Speaking forthrightly and proudly of liberal values, and condemning their abuse within the Russian sphere of influence, is a requirement of any foreign policy associated with Ronald Reagan. As Secretary of State George Shultz put it in 1985: "The forces of democracy around the world merit our standing with them. To abandon them would be a shameful betrayal—a betrayal not only of brave men and women but of our highest ideals."

Standing with the forces of democracy is not the same as calling for elections everywhere. Elections are not the beginning of the policy. They are its endpoint. The beginning is in the rhetorical promotion of individual freedoms, in renewed financial support for nongovernmental organizations promoting civil society and an independent media, in education in the habits and traditions of the West.

The Kremlin spends hundreds of millions of dollars each year on a global propaganda network that spreads conspiracy theories, distorts reality, and incites suspicion and hatred of the United States and its representative democracy. And that is just Russia—China and Qatar have similar operations. We have nothing that bears comparison. The main Putin network, RT, has more employees than the Voice of America. We are disarming ourselves not only materially but also ideologically. This must end.

The agenda I have outlined would cost quite a bit of money. It would involve America with some morally suspect individuals. The debate over it would be heated. There would be reprisals.

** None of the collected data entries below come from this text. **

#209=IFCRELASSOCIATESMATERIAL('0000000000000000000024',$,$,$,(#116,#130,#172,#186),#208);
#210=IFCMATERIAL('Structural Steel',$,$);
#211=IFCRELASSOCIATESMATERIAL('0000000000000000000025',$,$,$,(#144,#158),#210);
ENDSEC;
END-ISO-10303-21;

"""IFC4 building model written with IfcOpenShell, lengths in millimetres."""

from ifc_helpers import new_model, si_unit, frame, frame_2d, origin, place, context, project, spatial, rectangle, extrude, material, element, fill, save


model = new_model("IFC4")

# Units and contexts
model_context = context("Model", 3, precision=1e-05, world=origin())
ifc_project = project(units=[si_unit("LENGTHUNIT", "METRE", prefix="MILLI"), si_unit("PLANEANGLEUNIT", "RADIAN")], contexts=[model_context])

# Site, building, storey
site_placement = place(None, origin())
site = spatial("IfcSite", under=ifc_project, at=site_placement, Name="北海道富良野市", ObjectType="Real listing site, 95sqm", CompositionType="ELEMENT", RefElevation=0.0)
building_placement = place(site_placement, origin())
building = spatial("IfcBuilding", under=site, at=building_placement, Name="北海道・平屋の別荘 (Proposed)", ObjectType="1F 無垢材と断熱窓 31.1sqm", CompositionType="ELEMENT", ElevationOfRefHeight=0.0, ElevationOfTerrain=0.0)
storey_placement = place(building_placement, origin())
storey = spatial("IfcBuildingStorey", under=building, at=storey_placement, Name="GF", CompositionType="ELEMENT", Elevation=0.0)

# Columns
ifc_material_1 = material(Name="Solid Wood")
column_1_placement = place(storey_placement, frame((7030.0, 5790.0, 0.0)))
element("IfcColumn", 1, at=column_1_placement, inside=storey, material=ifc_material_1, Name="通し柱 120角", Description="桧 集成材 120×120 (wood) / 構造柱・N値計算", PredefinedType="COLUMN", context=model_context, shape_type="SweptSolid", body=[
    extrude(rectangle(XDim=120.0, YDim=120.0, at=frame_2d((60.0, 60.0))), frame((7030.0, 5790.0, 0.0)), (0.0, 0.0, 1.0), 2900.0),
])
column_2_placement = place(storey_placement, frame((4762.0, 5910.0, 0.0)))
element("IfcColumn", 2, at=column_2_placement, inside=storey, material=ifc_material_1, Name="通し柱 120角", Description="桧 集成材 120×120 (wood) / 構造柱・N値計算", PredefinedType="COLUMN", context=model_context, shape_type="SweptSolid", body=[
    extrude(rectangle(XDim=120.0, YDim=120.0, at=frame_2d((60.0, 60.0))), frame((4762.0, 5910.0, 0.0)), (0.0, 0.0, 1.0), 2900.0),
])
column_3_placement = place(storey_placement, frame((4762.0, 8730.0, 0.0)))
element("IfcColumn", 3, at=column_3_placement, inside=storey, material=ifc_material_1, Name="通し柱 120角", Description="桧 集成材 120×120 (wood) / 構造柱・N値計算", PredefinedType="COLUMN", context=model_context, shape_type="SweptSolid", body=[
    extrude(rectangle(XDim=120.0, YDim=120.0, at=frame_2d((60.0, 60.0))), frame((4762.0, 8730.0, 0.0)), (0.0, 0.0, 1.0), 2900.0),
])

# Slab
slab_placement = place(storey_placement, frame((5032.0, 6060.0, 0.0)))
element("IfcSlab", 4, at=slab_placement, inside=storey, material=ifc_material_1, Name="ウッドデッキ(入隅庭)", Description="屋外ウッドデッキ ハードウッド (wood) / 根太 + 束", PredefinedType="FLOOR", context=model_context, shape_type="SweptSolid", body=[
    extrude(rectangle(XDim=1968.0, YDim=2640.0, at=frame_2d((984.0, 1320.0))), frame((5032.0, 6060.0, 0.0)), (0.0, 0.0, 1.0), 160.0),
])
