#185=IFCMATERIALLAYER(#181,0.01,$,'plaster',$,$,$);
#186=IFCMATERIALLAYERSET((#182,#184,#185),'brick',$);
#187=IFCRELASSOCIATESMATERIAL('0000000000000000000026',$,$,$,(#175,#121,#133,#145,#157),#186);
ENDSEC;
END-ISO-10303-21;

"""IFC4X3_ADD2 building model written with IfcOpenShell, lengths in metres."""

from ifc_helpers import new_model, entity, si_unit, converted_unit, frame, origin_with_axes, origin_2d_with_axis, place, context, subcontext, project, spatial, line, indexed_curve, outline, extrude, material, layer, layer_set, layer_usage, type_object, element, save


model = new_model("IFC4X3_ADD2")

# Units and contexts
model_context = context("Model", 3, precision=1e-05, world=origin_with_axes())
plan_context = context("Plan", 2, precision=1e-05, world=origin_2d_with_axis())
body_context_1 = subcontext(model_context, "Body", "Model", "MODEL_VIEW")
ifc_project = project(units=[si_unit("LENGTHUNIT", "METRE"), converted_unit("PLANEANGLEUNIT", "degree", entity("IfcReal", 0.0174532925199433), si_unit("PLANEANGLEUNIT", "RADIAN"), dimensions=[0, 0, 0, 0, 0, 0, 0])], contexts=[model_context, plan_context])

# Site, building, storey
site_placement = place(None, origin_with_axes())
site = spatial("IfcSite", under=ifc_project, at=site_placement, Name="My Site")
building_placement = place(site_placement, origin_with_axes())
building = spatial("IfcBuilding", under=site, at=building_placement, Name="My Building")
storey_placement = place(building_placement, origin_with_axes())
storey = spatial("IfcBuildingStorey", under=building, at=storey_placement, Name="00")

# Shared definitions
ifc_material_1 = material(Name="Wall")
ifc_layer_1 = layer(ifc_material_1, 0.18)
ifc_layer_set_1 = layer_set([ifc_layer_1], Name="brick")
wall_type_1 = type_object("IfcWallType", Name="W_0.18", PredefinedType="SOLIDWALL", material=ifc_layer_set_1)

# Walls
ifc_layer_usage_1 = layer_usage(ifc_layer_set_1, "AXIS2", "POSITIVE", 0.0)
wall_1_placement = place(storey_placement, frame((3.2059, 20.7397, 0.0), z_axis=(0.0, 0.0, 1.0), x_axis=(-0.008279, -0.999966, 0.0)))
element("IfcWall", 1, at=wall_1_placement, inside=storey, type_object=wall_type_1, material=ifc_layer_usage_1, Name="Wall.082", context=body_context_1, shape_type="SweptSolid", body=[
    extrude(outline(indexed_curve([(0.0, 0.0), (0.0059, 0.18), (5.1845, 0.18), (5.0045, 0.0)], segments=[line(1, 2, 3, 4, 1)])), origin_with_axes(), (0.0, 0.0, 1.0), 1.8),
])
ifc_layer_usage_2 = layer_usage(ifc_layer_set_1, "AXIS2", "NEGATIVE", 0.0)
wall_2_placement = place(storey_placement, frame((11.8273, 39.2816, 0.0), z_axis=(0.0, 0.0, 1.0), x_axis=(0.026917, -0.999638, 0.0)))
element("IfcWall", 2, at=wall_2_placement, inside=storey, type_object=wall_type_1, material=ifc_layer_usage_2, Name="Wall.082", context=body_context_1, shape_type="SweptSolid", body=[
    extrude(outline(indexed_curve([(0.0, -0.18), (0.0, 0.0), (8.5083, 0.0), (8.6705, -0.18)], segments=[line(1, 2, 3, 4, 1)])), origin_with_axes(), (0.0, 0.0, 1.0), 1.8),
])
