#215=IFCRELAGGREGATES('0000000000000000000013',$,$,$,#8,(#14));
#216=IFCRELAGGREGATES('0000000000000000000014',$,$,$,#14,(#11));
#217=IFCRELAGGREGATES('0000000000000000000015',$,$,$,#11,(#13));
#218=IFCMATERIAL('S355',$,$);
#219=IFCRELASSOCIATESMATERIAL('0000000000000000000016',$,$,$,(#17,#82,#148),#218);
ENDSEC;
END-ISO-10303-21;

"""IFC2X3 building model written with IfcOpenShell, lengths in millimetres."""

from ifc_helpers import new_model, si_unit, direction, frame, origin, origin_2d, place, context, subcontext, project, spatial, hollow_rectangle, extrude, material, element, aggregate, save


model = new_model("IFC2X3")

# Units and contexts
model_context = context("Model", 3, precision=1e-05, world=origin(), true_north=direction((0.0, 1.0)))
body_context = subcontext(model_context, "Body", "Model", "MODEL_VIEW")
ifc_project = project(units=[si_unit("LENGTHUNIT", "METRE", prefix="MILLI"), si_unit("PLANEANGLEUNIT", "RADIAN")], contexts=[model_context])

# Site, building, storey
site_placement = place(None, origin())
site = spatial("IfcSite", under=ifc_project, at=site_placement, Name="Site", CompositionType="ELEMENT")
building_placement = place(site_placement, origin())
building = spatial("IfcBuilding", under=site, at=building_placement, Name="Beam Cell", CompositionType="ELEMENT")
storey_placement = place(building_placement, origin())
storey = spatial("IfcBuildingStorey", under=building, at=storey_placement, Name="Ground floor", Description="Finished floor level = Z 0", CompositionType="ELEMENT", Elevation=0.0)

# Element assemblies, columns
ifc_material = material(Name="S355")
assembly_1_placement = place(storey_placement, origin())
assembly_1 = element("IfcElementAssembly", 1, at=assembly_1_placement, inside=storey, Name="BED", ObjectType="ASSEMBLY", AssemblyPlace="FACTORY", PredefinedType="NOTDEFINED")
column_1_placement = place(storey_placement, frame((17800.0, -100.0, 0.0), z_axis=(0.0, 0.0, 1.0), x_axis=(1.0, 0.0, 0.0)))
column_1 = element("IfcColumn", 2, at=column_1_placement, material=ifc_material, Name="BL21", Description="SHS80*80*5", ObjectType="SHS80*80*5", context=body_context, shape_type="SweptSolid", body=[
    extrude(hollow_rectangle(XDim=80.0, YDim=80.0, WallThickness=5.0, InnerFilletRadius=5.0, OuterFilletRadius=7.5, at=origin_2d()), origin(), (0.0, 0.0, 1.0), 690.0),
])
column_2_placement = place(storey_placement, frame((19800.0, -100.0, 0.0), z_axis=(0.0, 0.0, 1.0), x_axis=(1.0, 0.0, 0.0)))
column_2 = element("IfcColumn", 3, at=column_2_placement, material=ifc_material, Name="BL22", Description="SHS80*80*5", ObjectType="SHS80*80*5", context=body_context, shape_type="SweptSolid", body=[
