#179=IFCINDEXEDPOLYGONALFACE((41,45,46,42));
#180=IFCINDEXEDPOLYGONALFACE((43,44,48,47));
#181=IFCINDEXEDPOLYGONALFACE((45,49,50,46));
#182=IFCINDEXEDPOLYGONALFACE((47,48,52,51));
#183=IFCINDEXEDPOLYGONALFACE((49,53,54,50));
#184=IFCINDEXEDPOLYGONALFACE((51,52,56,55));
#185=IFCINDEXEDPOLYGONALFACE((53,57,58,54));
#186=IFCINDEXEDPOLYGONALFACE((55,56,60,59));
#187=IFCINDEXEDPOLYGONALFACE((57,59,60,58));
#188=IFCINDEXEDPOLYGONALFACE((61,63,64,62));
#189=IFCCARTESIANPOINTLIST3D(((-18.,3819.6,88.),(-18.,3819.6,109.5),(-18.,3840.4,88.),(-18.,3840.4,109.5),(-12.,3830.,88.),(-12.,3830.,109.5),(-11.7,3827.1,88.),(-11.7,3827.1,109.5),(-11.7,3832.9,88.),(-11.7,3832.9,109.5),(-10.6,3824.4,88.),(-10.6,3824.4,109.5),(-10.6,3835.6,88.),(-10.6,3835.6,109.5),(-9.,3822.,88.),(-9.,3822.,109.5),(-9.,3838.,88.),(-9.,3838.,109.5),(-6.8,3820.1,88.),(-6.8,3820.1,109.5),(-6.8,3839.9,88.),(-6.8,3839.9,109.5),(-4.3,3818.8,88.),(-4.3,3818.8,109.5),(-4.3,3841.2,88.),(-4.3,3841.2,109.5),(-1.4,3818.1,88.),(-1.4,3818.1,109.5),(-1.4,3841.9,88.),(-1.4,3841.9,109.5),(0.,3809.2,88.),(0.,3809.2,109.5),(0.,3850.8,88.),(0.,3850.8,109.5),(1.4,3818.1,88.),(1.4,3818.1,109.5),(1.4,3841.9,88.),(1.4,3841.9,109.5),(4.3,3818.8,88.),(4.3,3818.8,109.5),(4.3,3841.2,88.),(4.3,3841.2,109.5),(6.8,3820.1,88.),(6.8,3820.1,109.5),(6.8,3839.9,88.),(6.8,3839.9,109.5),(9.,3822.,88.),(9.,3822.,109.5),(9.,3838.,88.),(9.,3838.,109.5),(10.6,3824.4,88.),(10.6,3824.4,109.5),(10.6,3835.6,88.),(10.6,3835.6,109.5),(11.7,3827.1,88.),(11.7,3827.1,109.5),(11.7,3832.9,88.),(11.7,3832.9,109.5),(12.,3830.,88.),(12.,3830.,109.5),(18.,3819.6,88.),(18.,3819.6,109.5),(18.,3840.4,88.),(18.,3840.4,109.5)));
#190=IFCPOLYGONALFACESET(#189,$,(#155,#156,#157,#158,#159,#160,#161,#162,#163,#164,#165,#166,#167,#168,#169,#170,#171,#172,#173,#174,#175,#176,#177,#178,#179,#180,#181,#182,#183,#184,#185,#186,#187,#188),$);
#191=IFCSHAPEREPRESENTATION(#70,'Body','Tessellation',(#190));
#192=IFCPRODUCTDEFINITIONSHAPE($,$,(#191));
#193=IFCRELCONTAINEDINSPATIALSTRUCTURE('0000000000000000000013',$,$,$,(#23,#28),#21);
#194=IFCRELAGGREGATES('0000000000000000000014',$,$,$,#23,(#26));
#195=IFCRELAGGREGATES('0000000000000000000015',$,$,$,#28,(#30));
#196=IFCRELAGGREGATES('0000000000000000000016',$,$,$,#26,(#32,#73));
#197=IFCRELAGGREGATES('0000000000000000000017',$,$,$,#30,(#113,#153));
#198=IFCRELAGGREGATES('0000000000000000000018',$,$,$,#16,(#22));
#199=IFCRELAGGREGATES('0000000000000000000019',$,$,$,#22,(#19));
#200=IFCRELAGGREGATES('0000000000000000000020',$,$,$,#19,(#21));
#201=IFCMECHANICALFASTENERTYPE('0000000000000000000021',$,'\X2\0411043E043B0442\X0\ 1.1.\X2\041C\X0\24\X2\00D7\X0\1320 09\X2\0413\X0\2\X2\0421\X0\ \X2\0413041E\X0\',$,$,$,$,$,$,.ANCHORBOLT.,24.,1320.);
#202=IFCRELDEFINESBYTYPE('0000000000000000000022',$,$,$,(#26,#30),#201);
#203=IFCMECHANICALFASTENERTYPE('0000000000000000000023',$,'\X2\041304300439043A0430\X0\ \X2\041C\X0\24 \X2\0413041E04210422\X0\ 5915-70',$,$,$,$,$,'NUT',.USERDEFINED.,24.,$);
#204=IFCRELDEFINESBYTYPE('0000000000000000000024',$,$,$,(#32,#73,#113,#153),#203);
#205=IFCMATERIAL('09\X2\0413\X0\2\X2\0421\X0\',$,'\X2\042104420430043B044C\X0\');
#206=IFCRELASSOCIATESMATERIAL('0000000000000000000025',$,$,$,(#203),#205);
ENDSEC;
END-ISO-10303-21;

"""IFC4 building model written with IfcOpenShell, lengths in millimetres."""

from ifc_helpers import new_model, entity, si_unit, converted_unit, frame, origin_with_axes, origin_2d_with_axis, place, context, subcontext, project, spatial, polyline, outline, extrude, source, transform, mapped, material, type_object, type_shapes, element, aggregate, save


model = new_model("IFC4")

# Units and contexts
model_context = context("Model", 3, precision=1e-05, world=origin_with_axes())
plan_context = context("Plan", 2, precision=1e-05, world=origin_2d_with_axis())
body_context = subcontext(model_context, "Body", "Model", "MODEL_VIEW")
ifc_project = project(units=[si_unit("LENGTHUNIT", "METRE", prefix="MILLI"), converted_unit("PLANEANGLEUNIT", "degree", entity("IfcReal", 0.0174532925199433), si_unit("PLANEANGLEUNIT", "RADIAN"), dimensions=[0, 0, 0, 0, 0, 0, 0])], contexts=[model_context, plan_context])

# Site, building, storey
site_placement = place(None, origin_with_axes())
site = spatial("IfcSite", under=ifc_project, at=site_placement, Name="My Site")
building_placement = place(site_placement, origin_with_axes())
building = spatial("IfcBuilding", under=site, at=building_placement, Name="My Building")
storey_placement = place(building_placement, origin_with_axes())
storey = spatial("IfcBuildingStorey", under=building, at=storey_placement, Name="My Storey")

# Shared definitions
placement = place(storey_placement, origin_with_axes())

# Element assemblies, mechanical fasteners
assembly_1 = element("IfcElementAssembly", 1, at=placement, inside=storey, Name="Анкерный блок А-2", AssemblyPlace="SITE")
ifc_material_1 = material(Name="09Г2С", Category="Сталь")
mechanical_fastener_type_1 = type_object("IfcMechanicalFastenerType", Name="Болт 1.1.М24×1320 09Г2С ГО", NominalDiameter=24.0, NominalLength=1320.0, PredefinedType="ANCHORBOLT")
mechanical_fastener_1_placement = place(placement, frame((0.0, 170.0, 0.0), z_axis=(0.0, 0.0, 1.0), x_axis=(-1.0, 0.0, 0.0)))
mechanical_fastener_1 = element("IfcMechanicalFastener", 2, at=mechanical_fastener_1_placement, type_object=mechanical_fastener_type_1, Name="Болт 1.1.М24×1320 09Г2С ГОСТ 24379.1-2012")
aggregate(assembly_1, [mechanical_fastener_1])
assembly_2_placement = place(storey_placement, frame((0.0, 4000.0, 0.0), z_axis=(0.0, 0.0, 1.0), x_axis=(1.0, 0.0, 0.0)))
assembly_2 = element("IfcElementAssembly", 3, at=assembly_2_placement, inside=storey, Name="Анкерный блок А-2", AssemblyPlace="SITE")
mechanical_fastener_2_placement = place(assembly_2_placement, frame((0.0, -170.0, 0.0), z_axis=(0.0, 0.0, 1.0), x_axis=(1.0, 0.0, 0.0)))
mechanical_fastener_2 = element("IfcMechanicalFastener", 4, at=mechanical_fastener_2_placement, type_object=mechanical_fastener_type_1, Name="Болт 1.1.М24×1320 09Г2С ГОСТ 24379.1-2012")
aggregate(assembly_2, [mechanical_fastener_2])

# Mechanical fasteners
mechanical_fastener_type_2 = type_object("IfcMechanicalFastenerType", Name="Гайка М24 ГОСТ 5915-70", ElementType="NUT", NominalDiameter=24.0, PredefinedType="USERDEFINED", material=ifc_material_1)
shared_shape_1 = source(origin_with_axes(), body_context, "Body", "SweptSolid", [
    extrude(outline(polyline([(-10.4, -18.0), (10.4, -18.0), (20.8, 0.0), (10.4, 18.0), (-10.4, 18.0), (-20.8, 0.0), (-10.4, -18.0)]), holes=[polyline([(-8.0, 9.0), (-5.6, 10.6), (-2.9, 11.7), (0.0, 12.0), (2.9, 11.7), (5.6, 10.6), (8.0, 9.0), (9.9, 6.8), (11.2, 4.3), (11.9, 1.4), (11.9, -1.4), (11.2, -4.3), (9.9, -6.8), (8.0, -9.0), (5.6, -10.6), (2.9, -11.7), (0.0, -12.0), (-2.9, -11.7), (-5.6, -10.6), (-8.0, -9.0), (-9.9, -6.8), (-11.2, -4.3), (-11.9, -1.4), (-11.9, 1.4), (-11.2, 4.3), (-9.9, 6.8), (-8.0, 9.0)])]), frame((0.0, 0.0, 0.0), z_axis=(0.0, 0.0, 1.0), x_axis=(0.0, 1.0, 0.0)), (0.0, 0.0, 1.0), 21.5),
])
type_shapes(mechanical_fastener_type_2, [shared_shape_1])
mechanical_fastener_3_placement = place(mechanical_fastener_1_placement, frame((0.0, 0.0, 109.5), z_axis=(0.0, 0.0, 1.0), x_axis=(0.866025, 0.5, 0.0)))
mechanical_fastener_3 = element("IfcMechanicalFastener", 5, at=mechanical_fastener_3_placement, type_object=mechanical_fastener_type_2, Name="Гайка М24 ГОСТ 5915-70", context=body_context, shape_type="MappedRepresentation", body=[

But the Reagan Doctrine was all of those things, too. And it worked. "The Reagan Doctrine proclaims overt and unashamed American support for anti-Communist revolution," Krauthammer wrote in 1985. "The grounds are justice, necessity, and democratic tradition." Replace anti-Communist with anti-authoritarian, and what has changed? If we are to reestablish American ideals, American interests, and American pride, we must hurt the bad guys, and overtly and unashamedly revise the Reagan Doctrine for a new American century.

Putin? He is one bad guy. So let’s take off our gloves.